If you click Transform the model will be transformed and saved, if possible.

Interpreter API

The interpreter can be also invoked programatically, either as an IApplication in Eclipse or as a simple stand-alone Java app.

Make sure you have all dependencies fulfilled to the Henshin runtime and to EMF. Then you can invoke the interpreter as shown below.

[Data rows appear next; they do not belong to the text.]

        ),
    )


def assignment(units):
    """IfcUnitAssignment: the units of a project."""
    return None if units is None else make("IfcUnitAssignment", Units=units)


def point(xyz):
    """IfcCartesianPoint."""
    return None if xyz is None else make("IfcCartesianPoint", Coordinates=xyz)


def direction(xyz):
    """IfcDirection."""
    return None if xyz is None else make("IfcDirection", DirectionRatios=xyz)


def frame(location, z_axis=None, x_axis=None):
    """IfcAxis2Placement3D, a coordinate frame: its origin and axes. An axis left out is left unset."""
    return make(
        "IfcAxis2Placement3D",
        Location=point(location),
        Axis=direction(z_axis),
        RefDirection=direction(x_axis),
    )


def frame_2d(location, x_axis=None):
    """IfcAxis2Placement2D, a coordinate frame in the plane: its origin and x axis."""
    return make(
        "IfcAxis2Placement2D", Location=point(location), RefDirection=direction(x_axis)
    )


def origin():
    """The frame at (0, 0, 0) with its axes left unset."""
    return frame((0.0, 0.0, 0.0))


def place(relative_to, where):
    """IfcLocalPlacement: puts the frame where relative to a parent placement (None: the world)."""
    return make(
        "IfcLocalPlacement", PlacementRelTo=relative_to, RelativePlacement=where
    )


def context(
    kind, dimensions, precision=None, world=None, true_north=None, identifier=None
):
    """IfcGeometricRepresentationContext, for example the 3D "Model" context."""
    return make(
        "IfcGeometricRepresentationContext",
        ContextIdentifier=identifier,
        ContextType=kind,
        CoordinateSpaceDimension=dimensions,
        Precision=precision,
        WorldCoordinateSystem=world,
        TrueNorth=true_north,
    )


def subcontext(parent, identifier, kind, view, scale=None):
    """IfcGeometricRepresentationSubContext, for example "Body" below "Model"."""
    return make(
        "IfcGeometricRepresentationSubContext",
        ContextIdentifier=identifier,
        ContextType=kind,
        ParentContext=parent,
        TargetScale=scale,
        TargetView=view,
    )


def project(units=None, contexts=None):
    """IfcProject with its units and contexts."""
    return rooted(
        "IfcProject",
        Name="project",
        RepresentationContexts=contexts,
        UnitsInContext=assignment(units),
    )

The shown example is a benchmark for the Sierpinski example as available in the examples plug-in.

import java.util.List;
 
import org.eclipse.emf.ecore.EObject;
import org.eclipse.emf.henshin.interpreter.EmfEngine;
import org.eclipse.emf.henshin.interpreter.RuleApplication;
import org.eclipse.emf.henshin.interpreter.util.Match;
import org.eclipse.emf.henshin.matching.EmfGraph;
import org.eclipse.emf.henshin.model.Rule;
import org.eclipse.emf.henshin.model.TransformationSystem;
import org.eclipse.emf.henshin.model.resource.HenshinResourceSet;
 
/**
 * A benchmark constructing multiple levels of a Sierpinski triangle.
 * 
 * @see <a href="http://en.wikipedia.org/wiki/Sierpinski_triangle">Sierpinski Triangle</a>
 */
public class SierpinskiBenchmark {
 
  public static void main(String[] args) {
 
    // Create a resource set:
    HenshinResourceSet resourceSet = new HenshinResourceSet();
 
    // Register the dynamic package:
    resourceSet.registerEPackages("src/org/eclipse/emf/henshin/examples/sierpinski/model/sierpinski.ecore");
 
    // Load the transformation system:
    TransformationSystem trasys = resourceSet.getTransformationSystem("src/org/eclipse/emf/henshin/examples/sierpinski/model/sierpinski.henshin");
 
    // Load the first level of the Sierpinski triangle:
    EObject container = resourceSet.getFirstRoot("src/org/eclipse/emf/henshin/examples/sierpinski/model/sierpinski-start.xmi");
 
    // Initialize the Henshin interpreter:
    EmfGraph graph = new EmfGraph(container);
    graph.removeEObject(container);
    EmfEngine engine = new EmfEngine(graph);
 
    // Load the rule:
    Rule addTriangleRule = trasys.findRuleByName("AddTriangle");
 
    System.out.println(Runtime.getRuntime().maxMemory() / (1024 * 1024) + "MB available memory\n");
 
    // Iteratively compute the Sierpinski triangle:
    int i = 1;
    while (true) {
 
	// Find all matches:
	long startTime = System.nanoTime();
	RuleApplication addTriangle = new RuleApplication(engine, addTriangleRule);
	List<Match> matches = addTriangle.findAllMatches();
	long matchingTime = (System.nanoTime() - startTime) / 1000000;
 
	System.out.println("Level: " + i);
	System.out.println("Rule applications:" + matches.size());
	System.out.println("Matching: " + matchingTime + "ms");
 
	// Apply rule with all matches:
	startTime = System.nanoTime();
	for (Match match : matches) {
	    addTriangle = new RuleApplication(engine, addTriangleRule);
	    addTriangle.setMatch(match);
	    addTriangle.apply();
	}
	long runtime = (System.nanoTime() - startTime) / 1000000;
 
	System.out.println("Application: " + runtime + "ms");
	System.out.println("Total: " + (matchingTime + runtime) + "ms");
	System.out.println("Nodes: " + graph.geteObjects().size());
	System.out.println();
	i++;
 
	}	
    }	
}

If something goes wrong, you can always use the Eclipse debugger to find out what's going on (see here for a tutorial).